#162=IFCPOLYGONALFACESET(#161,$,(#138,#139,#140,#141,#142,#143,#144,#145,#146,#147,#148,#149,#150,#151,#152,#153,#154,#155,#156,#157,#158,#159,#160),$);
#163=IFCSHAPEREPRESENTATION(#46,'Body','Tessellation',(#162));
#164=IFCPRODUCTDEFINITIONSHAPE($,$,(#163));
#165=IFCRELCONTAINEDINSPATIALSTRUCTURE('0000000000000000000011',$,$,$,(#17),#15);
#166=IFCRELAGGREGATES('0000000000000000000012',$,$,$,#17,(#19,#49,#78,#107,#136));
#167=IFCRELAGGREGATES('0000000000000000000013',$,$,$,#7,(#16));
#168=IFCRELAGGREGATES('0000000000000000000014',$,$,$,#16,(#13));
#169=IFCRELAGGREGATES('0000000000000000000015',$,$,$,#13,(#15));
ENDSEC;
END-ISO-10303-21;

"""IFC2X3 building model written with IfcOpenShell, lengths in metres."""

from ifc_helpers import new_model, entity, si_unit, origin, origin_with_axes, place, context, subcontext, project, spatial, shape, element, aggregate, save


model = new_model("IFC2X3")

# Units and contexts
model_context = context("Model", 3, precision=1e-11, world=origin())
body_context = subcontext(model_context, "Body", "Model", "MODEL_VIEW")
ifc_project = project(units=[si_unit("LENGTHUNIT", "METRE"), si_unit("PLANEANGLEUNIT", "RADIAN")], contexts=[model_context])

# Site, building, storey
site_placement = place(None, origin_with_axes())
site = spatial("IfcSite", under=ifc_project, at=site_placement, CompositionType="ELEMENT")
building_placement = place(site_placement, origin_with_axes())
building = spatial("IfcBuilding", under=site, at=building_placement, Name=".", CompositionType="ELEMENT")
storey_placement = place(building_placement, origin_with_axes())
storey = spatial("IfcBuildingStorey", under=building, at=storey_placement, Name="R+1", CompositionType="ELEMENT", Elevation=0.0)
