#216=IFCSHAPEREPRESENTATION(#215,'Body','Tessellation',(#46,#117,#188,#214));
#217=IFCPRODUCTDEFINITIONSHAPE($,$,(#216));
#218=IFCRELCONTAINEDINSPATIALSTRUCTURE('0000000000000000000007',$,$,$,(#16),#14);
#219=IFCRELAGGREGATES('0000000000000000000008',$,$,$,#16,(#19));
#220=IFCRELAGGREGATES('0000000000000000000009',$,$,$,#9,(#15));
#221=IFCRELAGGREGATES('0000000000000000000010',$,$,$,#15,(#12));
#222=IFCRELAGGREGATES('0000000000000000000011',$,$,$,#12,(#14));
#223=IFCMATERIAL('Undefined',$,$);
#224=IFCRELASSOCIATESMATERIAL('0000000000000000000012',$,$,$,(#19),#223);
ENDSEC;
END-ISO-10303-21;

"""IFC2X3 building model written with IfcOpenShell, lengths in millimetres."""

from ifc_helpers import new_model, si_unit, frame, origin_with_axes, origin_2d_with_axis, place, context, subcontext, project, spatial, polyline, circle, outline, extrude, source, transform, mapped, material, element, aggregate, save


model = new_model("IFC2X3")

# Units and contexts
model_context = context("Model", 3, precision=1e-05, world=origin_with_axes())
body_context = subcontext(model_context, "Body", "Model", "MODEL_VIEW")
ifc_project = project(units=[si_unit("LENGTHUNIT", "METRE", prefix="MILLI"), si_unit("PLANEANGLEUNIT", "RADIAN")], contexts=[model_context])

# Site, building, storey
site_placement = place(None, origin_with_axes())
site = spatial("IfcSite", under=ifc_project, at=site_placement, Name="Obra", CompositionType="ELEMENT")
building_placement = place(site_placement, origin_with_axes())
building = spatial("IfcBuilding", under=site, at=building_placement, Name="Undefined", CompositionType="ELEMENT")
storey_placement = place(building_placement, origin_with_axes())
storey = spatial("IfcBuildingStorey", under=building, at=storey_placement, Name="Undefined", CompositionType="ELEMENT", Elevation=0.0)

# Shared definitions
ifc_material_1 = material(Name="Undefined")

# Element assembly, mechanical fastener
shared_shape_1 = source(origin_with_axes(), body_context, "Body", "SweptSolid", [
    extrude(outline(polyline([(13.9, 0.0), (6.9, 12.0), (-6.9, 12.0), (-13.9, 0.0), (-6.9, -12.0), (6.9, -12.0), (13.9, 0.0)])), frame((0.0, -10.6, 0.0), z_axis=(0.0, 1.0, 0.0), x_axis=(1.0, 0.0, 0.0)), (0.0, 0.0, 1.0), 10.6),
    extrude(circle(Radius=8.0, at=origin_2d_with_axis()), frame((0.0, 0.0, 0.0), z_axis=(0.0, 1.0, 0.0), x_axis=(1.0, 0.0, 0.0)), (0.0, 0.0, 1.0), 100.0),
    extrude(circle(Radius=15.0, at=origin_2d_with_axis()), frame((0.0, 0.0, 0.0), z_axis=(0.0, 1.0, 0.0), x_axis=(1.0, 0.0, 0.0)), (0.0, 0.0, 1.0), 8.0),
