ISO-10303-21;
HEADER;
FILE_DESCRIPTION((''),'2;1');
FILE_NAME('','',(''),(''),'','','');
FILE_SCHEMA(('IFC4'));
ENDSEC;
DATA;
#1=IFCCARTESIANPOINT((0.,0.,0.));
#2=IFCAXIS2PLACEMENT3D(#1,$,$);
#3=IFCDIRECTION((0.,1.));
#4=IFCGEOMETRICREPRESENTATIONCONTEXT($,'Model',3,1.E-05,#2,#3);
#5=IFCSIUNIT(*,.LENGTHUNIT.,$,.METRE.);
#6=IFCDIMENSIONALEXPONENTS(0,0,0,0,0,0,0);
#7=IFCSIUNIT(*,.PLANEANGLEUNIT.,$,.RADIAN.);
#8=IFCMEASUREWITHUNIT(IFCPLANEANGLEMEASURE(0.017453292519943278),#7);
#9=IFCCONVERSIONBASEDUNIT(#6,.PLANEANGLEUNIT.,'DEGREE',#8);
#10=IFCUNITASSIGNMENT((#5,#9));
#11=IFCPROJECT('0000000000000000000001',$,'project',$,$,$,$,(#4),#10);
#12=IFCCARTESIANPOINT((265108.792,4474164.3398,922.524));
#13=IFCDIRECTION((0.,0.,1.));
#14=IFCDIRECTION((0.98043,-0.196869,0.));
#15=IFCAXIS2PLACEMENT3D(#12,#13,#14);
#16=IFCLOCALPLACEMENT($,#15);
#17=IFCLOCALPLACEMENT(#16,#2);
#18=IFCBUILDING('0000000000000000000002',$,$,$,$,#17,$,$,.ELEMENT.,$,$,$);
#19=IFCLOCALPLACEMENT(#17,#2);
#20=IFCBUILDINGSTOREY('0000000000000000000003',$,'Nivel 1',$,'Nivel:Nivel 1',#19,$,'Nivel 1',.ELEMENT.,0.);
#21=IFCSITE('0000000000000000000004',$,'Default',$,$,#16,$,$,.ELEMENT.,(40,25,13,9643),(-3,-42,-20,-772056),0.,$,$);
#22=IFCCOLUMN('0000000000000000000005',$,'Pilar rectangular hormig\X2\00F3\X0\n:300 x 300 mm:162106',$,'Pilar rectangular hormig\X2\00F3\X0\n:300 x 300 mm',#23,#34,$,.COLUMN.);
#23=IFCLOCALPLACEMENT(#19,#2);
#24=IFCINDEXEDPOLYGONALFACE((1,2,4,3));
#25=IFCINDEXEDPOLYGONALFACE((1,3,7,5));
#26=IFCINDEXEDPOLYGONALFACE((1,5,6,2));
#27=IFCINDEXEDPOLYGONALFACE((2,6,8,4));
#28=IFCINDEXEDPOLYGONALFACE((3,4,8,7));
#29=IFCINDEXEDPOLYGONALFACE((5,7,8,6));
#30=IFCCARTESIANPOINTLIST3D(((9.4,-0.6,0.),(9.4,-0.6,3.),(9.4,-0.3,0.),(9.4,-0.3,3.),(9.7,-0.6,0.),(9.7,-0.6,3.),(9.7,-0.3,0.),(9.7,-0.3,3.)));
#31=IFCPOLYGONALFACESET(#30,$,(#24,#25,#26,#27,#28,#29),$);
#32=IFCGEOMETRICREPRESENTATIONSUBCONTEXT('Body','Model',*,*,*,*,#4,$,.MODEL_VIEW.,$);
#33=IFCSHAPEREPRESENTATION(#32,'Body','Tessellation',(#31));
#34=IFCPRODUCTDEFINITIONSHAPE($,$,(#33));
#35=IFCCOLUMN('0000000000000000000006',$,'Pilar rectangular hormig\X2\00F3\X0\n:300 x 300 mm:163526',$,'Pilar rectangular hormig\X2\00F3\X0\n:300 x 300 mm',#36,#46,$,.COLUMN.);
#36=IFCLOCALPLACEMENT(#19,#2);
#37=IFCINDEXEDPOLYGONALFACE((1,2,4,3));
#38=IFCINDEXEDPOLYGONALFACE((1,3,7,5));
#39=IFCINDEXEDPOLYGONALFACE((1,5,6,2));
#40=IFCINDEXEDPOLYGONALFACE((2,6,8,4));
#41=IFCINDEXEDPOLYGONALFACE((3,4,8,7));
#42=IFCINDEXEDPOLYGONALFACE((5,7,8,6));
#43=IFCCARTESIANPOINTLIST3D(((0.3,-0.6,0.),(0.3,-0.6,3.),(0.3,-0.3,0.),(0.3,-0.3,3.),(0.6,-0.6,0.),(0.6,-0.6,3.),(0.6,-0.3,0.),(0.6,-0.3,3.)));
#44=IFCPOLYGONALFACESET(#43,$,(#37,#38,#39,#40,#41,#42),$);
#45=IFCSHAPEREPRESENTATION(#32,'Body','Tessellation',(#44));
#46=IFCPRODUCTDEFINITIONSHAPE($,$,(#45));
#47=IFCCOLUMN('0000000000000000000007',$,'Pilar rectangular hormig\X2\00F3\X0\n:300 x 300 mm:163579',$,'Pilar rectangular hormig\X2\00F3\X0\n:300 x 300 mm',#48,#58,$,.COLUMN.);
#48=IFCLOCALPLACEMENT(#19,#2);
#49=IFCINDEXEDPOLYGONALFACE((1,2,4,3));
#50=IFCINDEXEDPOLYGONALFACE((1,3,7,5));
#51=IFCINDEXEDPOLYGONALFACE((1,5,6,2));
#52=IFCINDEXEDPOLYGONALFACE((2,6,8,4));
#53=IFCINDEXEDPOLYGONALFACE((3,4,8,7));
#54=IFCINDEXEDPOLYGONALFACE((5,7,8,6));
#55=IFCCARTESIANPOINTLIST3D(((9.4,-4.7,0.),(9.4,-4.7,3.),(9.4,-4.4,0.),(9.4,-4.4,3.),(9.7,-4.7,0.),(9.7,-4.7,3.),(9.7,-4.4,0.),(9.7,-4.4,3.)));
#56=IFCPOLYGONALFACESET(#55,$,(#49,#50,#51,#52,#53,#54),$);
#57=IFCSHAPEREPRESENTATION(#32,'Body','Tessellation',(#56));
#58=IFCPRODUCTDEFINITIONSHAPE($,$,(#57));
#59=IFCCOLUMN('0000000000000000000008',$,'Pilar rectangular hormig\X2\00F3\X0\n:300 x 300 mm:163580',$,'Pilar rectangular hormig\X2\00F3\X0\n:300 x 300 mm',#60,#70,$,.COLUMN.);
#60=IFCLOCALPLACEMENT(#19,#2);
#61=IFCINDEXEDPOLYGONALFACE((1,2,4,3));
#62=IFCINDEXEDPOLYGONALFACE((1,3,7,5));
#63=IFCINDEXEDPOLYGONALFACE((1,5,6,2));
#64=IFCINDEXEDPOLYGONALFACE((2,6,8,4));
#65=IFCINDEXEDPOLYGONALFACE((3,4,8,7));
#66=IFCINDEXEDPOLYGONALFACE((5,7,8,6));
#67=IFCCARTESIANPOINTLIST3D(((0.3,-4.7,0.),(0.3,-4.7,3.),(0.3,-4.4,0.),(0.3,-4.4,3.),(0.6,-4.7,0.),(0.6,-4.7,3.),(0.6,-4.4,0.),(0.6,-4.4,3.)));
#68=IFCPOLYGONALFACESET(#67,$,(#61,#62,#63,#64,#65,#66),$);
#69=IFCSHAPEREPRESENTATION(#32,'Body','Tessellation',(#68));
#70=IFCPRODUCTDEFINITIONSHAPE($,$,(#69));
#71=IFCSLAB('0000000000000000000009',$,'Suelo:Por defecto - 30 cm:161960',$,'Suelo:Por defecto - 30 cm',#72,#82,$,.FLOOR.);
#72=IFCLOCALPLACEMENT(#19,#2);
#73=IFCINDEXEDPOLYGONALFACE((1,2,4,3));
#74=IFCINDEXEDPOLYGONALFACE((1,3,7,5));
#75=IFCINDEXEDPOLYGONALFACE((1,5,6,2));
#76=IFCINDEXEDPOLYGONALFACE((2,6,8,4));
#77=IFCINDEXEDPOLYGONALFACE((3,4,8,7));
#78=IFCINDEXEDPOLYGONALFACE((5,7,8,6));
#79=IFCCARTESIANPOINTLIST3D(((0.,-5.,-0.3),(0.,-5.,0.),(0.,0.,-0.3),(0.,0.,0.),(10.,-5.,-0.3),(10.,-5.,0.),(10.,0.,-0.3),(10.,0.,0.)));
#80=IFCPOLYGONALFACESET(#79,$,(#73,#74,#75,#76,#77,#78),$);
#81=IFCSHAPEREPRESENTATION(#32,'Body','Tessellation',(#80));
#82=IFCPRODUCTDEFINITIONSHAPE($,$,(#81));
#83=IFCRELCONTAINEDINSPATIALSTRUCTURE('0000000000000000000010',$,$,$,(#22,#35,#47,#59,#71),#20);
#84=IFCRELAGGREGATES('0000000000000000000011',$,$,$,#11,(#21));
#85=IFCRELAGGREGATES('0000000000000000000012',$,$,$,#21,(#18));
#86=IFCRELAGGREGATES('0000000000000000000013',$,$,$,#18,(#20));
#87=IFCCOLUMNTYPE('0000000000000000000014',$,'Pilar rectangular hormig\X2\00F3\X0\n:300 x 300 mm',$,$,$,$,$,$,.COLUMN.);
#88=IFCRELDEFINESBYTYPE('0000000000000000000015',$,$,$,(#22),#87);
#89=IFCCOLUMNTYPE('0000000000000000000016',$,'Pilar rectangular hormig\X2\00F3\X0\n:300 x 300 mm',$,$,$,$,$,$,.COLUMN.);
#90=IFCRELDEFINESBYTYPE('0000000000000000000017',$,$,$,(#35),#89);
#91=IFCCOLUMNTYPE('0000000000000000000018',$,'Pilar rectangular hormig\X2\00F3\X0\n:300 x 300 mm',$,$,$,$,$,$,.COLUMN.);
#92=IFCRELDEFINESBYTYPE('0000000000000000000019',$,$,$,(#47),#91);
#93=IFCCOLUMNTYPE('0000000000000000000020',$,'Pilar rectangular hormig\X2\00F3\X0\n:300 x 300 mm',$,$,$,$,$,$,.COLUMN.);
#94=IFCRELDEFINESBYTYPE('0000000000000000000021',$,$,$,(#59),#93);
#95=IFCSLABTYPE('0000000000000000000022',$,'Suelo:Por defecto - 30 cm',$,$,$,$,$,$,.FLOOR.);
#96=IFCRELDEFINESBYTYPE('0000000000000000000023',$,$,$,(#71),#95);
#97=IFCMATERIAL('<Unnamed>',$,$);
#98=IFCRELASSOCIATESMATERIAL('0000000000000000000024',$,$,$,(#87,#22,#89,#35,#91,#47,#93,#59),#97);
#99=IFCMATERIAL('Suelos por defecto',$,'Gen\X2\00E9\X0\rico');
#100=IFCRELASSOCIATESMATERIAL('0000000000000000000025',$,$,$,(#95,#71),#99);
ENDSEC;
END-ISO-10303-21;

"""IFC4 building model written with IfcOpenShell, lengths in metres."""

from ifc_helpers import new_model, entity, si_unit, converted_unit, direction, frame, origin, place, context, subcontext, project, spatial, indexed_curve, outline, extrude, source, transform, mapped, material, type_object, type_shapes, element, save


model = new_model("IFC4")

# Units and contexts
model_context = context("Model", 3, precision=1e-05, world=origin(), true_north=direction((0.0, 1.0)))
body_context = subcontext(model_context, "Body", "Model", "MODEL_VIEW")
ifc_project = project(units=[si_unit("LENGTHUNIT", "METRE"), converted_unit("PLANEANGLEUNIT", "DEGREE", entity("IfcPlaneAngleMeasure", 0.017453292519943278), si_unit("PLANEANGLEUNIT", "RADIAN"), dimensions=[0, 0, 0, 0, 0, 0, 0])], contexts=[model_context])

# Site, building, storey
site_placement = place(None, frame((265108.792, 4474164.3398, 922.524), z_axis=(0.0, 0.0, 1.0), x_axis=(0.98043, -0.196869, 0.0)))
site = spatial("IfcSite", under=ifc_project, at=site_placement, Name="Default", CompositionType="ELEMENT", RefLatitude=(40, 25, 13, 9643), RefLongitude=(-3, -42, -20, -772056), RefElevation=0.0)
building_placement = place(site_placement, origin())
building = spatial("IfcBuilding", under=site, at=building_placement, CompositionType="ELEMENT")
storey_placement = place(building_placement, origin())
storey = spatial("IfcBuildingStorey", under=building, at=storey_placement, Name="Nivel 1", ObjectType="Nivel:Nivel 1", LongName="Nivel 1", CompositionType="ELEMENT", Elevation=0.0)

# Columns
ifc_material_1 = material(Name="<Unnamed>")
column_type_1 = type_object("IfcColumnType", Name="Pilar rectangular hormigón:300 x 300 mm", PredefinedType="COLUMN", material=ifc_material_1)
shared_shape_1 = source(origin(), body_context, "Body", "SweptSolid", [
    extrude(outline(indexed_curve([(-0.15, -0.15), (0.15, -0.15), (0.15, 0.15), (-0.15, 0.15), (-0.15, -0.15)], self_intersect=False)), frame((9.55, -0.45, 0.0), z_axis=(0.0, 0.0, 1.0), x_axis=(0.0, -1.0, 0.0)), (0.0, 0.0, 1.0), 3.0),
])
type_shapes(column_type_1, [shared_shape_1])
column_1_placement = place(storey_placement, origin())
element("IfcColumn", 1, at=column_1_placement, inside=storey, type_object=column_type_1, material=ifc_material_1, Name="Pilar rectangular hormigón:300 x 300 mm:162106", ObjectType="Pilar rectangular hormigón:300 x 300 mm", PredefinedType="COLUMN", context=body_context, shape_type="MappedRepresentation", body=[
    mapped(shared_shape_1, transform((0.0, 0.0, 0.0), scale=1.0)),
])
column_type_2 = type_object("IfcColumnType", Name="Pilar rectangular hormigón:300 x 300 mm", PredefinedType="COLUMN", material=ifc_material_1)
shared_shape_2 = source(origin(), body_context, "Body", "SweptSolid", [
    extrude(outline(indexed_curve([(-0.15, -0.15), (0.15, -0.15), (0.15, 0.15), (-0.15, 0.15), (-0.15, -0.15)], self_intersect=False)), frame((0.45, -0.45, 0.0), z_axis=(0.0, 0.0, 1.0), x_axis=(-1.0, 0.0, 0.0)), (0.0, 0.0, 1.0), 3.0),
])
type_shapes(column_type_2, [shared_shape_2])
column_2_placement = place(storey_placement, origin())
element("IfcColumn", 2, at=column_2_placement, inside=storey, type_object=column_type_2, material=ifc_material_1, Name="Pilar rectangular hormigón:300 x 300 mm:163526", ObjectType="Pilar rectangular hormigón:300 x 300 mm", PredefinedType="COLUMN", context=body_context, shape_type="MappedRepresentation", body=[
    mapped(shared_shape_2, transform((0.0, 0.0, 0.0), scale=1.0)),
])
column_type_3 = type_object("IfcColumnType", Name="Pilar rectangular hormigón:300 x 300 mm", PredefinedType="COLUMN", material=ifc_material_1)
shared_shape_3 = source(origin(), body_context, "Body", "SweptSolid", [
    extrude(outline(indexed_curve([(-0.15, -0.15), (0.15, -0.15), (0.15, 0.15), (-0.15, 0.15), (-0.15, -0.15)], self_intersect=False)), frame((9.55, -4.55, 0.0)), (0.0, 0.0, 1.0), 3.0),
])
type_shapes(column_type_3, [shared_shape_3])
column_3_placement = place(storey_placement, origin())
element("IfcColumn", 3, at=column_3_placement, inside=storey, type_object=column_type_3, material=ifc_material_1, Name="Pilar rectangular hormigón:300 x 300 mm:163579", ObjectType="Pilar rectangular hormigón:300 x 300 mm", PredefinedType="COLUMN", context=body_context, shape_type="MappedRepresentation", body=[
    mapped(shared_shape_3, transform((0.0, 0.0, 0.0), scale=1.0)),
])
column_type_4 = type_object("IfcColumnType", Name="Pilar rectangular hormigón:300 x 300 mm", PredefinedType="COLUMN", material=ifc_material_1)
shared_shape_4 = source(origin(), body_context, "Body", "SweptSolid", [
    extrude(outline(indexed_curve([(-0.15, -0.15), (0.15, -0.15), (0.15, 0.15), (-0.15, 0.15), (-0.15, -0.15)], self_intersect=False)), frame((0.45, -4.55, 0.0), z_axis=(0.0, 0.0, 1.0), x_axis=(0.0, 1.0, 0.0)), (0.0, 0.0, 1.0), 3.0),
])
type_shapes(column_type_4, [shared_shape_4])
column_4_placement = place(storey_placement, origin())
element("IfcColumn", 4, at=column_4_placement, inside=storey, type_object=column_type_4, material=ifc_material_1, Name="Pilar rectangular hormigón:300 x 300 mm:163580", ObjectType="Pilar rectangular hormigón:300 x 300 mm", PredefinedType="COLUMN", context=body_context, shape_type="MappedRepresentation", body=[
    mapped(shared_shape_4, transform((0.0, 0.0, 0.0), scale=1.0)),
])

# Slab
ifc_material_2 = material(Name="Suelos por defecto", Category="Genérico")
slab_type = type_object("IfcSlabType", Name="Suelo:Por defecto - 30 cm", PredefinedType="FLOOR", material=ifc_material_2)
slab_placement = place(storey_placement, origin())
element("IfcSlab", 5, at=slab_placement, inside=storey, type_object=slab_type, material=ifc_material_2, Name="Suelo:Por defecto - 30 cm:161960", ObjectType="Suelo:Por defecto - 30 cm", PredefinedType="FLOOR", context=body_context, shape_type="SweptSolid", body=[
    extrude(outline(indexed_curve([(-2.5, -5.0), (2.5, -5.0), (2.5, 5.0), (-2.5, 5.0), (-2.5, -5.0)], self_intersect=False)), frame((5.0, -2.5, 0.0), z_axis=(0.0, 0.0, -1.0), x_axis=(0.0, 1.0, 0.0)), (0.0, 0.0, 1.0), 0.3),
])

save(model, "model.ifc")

...

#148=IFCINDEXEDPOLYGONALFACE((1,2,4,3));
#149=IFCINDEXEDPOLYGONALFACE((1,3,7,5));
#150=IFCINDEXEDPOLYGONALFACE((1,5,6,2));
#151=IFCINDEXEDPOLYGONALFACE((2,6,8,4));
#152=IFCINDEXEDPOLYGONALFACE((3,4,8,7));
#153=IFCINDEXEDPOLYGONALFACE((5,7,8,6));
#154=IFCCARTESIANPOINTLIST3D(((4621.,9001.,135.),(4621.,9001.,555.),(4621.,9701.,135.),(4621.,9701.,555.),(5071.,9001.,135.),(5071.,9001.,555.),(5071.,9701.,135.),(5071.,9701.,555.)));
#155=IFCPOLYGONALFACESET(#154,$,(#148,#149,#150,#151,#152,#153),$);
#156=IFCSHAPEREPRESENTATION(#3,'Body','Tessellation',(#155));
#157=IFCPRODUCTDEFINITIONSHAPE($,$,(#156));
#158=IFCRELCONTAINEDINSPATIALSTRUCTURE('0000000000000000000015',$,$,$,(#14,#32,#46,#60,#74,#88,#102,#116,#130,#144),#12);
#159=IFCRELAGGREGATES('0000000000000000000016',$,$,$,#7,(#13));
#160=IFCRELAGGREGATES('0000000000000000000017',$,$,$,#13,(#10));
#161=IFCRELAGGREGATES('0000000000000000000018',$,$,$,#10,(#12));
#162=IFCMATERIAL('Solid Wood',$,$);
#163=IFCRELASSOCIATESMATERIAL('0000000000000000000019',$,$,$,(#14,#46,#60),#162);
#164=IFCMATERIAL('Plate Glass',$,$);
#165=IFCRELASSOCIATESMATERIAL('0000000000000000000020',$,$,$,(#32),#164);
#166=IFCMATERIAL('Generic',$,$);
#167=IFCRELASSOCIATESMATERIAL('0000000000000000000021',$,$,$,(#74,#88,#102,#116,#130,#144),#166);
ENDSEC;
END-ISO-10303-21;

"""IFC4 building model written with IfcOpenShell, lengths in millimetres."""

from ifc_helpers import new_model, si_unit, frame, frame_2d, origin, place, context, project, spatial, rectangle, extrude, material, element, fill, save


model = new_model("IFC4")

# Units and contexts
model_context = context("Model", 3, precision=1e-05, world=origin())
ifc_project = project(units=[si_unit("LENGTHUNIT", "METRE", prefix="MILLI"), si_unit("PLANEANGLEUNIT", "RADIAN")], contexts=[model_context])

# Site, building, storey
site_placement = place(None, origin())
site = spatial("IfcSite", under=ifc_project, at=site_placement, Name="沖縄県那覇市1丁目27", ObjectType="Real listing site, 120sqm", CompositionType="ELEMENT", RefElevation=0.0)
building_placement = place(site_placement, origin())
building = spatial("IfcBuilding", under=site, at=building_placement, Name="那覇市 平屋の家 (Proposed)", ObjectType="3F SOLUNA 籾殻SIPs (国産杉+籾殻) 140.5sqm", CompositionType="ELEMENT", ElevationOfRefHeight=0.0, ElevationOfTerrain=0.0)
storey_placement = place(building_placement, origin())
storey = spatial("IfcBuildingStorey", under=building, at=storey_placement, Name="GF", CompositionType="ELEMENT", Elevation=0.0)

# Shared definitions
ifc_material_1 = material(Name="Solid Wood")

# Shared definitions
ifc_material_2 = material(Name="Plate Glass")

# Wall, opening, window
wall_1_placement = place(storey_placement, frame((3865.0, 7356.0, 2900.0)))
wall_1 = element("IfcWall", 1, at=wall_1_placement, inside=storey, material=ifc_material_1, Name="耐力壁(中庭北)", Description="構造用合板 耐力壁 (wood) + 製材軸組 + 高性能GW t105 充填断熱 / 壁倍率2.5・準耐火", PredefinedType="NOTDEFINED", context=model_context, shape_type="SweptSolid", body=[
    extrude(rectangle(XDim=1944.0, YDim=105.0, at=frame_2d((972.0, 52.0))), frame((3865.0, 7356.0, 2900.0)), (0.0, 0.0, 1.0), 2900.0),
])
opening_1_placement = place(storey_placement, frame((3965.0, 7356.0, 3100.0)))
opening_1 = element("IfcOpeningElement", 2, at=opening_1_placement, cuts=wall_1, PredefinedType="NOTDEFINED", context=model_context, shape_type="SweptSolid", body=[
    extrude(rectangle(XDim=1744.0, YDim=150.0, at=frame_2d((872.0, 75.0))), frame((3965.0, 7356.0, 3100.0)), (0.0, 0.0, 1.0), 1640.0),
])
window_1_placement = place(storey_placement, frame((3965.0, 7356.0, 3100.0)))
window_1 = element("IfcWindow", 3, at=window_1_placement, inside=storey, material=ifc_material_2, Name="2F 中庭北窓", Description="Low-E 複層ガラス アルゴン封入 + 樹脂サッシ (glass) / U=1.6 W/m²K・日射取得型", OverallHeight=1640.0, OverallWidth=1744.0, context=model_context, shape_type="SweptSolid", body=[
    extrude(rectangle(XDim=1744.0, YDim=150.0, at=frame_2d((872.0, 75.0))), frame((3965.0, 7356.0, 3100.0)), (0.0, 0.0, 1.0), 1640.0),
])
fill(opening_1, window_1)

[TASK REQUIREMENTS]:
Which lines hold the word "Tessellation"? Copy each of them from the records.

[RESPONSE TO THIS EXERCISE]:
#163=IFCSHAPEREPRESENTATION(#46,'Body','Tessellation',(#162));
#216=IFCSHAPEREPRESENTATION(#215,'Body','Tessellation',(#46,#117,#188,#214));
#33=IFCSHAPEREPRESENTATION(#32,'Body','Tessellation',(#31));
#45=IFCSHAPEREPRESENTATION(#32,'Body','Tessellation',(#44));
#57=IFCSHAPEREPRESENTATION(#32,'Body','Tessellation',(#56));
#69=IFCSHAPEREPRESENTATION(#32,'Body','Tessellation',(#68));
#81=IFCSHAPEREPRESENTATION(#32,'Body','Tessellation',(#80));
#156=IFCSHAPEREPRESENTATION(#3,'Body','Tessellation',(#155));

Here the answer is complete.